Source data:

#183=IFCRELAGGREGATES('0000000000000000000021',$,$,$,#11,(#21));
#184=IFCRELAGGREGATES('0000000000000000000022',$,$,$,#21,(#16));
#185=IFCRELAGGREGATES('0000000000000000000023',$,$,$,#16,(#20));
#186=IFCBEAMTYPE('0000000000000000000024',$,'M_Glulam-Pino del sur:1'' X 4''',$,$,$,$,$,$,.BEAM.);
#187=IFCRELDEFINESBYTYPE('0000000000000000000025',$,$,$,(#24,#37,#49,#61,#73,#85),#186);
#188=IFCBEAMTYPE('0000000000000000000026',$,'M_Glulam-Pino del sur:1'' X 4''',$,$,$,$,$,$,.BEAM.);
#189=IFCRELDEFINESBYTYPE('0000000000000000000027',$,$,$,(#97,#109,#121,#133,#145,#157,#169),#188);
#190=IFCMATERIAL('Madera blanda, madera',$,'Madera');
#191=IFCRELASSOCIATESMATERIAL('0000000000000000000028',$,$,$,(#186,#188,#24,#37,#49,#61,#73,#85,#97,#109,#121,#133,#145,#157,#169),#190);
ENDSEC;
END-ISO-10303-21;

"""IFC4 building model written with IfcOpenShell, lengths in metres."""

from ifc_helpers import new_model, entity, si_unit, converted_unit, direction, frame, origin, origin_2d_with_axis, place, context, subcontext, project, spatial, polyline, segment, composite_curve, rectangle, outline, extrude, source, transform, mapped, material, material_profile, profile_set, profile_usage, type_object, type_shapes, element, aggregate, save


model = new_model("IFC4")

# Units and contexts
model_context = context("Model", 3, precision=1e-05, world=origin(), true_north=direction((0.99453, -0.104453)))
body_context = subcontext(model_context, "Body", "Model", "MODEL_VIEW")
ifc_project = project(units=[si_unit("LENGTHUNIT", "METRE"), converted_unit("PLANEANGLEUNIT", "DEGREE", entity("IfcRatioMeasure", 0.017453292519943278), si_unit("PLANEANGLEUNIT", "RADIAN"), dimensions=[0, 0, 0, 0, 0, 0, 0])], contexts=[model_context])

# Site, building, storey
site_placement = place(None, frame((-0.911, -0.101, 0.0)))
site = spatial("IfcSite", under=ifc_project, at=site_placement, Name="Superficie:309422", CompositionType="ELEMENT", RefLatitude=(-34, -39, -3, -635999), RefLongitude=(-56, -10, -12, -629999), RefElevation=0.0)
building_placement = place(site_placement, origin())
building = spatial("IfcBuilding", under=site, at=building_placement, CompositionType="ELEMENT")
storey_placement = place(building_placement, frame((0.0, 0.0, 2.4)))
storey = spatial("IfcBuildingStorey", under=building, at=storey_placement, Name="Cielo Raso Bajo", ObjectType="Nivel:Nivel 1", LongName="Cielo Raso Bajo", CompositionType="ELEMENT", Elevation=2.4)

**Problem statement:**
List all lines above in which the string "direction" appears.

**Task solution:**
from ifc_helpers import new_model, entity, si_unit, converted_unit, direction, frame, origin, origin_2d_with_axis, place, context, subcontext, project, spatial, polyline, segment, composite_curve, rectangle, outline, extrude, source, transform, mapped, material, material_profile, profile_set, profile_usage, type_object, type_shapes, element, aggregate, save
model_context = context("Model", 3, precision=1e-05, world=origin(), true_north=direction((0.99453, -0.104453)))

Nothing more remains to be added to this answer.